▶ [Work request] Please copy out the lines in the entries that contain "Basic".

□ □ □

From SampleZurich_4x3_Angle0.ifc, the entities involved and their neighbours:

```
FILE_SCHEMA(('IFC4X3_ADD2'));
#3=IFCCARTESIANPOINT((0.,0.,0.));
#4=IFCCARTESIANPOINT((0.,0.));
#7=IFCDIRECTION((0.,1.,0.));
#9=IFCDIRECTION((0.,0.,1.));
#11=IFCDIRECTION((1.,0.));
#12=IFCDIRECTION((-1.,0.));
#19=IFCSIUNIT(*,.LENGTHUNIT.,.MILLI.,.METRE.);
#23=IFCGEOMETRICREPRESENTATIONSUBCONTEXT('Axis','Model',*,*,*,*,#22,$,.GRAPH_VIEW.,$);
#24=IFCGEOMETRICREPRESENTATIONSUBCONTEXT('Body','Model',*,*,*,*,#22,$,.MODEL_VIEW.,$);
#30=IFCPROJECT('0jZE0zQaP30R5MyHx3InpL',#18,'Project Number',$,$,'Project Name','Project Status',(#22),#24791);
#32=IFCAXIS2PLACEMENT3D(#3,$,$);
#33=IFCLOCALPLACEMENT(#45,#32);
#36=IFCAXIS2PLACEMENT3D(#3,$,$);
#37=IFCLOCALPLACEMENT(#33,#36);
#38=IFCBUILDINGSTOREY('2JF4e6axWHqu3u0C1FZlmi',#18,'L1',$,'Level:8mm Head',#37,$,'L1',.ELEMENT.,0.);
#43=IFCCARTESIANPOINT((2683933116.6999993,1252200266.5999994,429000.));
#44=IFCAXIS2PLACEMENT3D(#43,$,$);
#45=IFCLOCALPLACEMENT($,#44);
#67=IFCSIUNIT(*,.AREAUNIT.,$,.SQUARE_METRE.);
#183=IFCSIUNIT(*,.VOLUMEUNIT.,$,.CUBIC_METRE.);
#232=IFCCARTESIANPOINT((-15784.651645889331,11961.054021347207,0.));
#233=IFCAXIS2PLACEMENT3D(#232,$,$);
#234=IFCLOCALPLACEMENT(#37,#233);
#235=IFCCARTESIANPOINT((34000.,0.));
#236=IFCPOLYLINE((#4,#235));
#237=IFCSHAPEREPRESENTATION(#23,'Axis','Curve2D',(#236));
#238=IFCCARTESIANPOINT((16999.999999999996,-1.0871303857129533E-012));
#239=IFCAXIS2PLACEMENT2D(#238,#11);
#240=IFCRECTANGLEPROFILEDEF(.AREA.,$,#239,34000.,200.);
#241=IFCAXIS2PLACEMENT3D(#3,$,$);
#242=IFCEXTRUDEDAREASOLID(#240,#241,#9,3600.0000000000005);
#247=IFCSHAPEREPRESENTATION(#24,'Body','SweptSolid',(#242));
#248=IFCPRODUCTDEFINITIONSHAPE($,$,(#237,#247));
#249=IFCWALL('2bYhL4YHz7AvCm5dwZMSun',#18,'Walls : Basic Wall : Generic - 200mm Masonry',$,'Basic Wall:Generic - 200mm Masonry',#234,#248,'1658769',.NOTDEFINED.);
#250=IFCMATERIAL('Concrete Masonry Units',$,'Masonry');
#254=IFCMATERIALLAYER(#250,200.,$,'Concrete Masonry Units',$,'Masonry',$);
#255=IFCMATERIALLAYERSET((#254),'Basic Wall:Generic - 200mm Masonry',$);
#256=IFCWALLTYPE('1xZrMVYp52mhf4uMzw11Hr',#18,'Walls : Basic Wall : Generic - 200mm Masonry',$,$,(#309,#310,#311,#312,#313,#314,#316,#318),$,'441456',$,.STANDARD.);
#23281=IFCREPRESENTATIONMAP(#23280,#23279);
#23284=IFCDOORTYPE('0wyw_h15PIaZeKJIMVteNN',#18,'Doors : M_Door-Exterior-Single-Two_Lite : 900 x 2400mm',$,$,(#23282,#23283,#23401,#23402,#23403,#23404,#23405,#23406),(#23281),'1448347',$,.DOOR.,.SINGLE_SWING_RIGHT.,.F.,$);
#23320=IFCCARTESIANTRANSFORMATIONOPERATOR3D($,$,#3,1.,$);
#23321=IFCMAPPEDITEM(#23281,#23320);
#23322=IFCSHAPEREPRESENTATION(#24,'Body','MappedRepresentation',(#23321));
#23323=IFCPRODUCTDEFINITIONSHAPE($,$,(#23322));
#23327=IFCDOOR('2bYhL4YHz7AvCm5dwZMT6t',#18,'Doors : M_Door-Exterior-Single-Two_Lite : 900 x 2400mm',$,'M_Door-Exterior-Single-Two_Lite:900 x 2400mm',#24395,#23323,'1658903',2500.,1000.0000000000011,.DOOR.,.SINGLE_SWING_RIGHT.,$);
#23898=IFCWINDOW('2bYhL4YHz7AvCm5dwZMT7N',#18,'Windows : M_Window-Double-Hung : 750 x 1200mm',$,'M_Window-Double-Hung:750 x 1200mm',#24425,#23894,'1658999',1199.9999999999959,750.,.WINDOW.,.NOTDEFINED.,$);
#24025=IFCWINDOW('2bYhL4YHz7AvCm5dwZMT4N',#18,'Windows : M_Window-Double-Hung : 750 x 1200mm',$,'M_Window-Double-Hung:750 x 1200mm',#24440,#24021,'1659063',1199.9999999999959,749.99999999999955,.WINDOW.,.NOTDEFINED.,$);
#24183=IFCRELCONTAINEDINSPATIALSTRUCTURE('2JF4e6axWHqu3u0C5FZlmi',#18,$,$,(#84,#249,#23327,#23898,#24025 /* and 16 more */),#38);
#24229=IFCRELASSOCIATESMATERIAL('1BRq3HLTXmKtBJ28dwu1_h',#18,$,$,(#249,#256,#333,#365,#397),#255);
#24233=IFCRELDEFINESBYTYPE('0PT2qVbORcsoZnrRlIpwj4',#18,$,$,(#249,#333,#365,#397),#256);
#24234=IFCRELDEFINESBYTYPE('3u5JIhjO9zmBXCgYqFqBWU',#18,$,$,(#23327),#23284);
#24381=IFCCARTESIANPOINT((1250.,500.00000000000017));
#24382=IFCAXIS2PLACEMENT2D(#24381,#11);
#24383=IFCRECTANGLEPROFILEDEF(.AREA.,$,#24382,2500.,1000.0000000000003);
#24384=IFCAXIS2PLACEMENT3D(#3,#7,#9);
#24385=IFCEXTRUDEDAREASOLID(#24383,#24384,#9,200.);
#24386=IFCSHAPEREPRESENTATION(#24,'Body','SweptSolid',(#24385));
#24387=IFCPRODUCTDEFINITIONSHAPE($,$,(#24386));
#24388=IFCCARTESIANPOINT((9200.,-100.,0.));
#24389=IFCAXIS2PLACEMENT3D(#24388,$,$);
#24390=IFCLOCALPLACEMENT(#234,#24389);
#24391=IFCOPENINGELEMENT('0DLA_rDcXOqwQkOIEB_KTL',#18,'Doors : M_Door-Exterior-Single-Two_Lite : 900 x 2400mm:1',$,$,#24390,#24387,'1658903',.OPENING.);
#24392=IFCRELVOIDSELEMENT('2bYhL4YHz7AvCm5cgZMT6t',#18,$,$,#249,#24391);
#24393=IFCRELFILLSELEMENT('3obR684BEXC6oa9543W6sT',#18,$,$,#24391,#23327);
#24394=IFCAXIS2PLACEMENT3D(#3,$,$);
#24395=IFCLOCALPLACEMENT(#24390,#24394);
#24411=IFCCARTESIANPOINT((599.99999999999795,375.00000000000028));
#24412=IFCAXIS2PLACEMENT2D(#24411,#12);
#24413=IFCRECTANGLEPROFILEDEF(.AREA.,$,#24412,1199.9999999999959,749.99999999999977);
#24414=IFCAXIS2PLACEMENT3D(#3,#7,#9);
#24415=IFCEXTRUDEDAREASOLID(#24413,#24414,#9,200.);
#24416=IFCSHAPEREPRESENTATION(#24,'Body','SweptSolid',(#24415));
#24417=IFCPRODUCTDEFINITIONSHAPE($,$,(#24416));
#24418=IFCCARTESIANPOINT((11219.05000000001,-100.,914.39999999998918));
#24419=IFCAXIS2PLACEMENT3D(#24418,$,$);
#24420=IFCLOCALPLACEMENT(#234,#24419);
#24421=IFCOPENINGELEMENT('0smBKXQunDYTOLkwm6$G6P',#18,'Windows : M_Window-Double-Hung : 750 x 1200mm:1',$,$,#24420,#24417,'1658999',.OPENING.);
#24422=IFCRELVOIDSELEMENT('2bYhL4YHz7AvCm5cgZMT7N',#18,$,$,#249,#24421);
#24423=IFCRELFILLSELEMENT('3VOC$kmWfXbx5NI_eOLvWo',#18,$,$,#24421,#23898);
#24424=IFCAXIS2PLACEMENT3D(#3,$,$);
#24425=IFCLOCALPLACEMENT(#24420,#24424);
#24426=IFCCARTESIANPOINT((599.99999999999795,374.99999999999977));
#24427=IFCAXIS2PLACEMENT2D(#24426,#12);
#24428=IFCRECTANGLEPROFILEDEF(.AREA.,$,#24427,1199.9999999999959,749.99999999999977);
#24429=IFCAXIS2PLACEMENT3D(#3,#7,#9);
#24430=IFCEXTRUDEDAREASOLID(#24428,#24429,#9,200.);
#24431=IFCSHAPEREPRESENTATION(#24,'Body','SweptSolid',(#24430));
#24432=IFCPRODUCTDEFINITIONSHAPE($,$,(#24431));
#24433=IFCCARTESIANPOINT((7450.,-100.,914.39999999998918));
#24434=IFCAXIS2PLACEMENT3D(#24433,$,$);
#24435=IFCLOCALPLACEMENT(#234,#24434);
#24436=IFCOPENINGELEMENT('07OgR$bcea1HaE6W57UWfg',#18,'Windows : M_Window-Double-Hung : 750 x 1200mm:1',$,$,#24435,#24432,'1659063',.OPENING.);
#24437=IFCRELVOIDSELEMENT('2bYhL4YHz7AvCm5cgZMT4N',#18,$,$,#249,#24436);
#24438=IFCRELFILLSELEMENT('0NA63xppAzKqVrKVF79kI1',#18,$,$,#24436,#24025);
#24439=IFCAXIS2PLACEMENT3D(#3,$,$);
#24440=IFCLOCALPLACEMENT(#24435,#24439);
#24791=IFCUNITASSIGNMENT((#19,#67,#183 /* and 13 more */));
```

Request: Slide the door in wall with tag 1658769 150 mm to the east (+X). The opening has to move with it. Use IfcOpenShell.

```python
import ifcopenshell
import ifcopenshell.api.geometry
import ifcopenshell.util.placement
import ifcopenshell.util.unit

model = ifcopenshell.open("SampleZurich_4x3_Angle0.ifc")
unit_scale = ifcopenshell.util.unit.calculate_unit_scale(model)

door = model.by_guid("2bYhL4YHz7AvCm5dwZMT6t")
opening = door.FillsVoids[0].RelatingOpeningElement
wall = opening.VoidsElements[0].RelatingBuildingElement

wall_matrix = ifcopenshell.util.placement.get_local_placement(wall.ObjectPlacement)
shift = wall_matrix[:3, 0] * 0.15 / unit_scale
before = ifcopenshell.util.placement.get_local_placement(door.ObjectPlacement)[:3, 3].copy()

# The door is placed relative to its opening, so it follows when the opening moves.
matrix = ifcopenshell.util.placement.get_local_placement(opening.ObjectPlacement)
matrix[:3, 3] += shift
ifcopenshell.api.geometry.edit_object_placement(
    model, product=opening, matrix=matrix, is_si=False, should_transform_children=True
)

after = ifcopenshell.util.placement.get_local_placement(door.ObjectPlacement)[:3, 3]
print("door moved by", (after - before).round(3) + 0.0)

model.write("SampleZurich_4x3_Angle0_updated.ifc")
```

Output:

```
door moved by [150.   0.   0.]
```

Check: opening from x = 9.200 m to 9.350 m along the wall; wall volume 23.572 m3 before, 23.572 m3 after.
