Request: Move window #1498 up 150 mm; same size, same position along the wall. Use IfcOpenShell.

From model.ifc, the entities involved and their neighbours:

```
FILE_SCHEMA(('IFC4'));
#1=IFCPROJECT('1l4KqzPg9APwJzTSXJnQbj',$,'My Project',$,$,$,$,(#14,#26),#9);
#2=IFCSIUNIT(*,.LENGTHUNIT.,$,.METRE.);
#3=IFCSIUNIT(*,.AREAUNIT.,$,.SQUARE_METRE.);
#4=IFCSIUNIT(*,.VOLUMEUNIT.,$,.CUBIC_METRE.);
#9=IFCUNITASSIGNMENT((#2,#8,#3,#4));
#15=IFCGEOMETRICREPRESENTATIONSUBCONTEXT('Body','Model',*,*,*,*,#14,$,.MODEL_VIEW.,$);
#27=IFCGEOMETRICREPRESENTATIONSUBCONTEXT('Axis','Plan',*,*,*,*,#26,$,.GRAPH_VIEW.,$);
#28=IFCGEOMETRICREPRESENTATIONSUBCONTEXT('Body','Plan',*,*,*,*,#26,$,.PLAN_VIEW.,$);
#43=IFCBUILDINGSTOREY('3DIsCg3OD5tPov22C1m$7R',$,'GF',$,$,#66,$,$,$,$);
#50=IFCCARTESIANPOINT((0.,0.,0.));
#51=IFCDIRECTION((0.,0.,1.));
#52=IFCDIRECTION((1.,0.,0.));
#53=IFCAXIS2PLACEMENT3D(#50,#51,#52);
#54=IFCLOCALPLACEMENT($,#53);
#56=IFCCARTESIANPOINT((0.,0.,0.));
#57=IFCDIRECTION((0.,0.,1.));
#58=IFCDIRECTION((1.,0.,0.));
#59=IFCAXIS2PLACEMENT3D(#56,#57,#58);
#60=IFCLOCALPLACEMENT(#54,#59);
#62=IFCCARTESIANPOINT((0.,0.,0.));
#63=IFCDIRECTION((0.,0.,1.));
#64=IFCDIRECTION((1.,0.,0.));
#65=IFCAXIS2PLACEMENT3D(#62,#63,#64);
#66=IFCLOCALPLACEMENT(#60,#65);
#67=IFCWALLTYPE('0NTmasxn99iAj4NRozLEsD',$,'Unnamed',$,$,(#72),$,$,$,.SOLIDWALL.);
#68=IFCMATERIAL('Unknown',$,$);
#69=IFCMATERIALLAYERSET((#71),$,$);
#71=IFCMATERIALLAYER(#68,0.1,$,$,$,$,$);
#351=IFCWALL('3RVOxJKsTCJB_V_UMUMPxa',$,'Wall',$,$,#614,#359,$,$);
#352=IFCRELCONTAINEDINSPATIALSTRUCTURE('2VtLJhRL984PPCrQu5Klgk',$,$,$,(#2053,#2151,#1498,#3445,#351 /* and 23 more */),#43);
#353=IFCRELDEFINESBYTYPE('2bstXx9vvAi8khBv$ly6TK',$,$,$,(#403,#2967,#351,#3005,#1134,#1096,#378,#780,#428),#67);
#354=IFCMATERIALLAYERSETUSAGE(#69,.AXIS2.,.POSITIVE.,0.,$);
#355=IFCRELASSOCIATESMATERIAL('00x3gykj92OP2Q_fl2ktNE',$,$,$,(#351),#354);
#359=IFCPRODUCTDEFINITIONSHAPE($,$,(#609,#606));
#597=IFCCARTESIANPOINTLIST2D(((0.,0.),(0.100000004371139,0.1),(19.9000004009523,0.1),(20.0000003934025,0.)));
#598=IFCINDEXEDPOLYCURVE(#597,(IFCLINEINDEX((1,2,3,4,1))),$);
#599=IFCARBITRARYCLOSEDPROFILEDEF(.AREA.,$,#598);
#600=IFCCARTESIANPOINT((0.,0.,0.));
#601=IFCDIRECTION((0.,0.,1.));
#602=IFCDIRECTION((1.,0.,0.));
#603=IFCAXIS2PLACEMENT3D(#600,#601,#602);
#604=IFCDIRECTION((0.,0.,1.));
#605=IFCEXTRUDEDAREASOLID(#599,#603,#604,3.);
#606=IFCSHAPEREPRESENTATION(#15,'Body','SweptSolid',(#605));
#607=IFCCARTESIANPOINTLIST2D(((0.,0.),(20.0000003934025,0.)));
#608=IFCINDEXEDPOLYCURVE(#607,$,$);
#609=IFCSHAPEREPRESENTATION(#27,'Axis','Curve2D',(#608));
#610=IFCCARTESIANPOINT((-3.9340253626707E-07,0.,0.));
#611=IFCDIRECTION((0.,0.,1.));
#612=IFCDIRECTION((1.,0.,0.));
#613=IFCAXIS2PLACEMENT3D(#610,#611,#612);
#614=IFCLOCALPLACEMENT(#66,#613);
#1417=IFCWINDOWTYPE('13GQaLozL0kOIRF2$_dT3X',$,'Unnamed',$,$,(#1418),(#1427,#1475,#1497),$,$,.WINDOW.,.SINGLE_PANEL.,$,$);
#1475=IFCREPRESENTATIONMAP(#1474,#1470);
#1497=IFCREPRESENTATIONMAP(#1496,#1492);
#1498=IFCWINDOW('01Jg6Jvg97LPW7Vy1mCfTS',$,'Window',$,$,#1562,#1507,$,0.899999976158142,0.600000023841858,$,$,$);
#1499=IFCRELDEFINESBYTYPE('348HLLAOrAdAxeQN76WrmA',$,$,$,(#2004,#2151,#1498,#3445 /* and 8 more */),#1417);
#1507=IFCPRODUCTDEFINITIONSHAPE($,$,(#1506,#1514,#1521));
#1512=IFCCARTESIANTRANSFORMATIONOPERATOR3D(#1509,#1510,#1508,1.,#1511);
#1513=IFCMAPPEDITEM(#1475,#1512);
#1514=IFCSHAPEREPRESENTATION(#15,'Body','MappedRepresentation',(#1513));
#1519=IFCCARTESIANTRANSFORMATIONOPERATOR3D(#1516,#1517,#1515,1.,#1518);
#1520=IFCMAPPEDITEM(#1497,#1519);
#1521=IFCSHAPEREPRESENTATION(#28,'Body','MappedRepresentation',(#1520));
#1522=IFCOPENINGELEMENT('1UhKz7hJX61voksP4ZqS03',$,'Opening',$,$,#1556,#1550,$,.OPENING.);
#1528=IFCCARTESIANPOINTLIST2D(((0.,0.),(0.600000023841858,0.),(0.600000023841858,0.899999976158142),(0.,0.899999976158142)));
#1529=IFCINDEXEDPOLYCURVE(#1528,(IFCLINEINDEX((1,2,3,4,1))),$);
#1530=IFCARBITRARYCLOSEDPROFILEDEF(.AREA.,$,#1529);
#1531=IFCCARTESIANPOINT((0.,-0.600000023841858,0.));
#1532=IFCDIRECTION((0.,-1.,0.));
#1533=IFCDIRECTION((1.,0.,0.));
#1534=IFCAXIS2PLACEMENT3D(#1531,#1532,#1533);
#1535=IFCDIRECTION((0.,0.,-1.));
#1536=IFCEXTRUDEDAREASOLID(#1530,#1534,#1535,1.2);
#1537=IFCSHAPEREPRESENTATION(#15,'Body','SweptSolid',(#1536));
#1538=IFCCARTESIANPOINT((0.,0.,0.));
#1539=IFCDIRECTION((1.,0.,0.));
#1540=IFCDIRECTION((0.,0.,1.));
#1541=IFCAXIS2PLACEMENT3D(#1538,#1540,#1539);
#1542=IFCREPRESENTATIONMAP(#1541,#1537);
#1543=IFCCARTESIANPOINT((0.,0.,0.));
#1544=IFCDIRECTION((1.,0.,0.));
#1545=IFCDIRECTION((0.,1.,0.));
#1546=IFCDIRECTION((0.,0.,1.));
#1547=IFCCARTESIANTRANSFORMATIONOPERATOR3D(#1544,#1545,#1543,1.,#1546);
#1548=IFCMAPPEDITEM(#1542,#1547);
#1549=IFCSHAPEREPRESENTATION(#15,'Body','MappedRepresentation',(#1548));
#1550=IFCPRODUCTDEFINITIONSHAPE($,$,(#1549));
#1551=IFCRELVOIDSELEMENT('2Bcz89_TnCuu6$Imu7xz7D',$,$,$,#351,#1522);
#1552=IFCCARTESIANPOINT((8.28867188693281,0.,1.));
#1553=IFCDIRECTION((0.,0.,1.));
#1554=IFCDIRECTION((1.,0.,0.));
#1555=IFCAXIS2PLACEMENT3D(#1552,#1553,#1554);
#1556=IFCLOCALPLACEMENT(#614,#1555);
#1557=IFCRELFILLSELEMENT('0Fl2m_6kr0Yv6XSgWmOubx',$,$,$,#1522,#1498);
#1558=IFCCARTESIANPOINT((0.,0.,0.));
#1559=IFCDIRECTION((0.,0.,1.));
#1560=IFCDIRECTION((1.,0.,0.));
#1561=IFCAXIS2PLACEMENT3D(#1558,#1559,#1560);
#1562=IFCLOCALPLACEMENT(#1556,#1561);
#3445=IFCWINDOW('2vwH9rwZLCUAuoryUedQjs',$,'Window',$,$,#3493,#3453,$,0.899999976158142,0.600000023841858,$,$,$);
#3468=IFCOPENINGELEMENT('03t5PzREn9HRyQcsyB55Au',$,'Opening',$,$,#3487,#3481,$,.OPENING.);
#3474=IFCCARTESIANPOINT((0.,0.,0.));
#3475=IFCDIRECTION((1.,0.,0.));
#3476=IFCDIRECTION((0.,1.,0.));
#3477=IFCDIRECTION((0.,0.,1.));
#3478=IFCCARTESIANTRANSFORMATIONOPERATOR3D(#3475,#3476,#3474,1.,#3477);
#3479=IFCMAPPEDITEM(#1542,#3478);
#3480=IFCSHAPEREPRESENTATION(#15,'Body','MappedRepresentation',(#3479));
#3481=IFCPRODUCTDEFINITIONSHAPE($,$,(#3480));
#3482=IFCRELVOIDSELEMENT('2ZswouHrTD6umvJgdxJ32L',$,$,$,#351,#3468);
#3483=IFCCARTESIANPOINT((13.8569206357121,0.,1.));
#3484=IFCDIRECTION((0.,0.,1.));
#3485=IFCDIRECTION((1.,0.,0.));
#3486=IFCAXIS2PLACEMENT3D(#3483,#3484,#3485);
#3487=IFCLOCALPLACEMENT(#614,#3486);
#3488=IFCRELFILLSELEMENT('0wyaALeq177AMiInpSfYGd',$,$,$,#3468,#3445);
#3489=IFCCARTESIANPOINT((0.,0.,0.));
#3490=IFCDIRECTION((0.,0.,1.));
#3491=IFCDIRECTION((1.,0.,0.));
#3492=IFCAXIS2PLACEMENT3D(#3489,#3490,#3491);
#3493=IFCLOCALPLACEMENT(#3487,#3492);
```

```python
import numpy as np
import ifcopenshell
import ifcopenshell.api.geometry
import ifcopenshell.util.placement
import ifcopenshell.util.unit

model = ifcopenshell.open("model.ifc")
unit_scale = ifcopenshell.util.unit.calculate_unit_scale(model)

window = model.by_id(1498)
opening = window.FillsVoids[0].RelatingOpeningElement
dz = 0.15 / unit_scale

shift = np.array([0.0, 0.0, dz])
# The window is placed relative to its opening, so it follows when the opening moves.
matrix = ifcopenshell.util.placement.get_local_placement(opening.ObjectPlacement)
matrix[:3, 3] += shift
ifcopenshell.api.geometry.edit_object_placement(
    model, product=opening, matrix=matrix, is_si=False, should_transform_children=True
)

print(f"moved by {dz * unit_scale:+.3f} m")

model.write("model_v2.ifc")
```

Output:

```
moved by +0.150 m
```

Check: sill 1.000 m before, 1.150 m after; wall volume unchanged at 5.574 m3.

□ □ □

▶ [Response]
#249=IFCWALL('2bYhL4YHz7AvCm5dwZMSun',#18,'Walls : Basic Wall : Generic - 200mm Masonry',$,'Basic Wall:Generic - 200mm Masonry',#234,#248,'1658769',.NOTDEFINED.);
#255=IFCMATERIALLAYERSET((#254),'Basic Wall:Generic - 200mm Masonry',$);
#256=IFCWALLTYPE('1xZrMVYp52mhf4uMzw11Hr',#18,'Walls : Basic Wall : Generic - 200mm Masonry',$,$,(#309,#310,#311,#312,#313,#314,#316,#318),$,'441456',$,.STANDARD.);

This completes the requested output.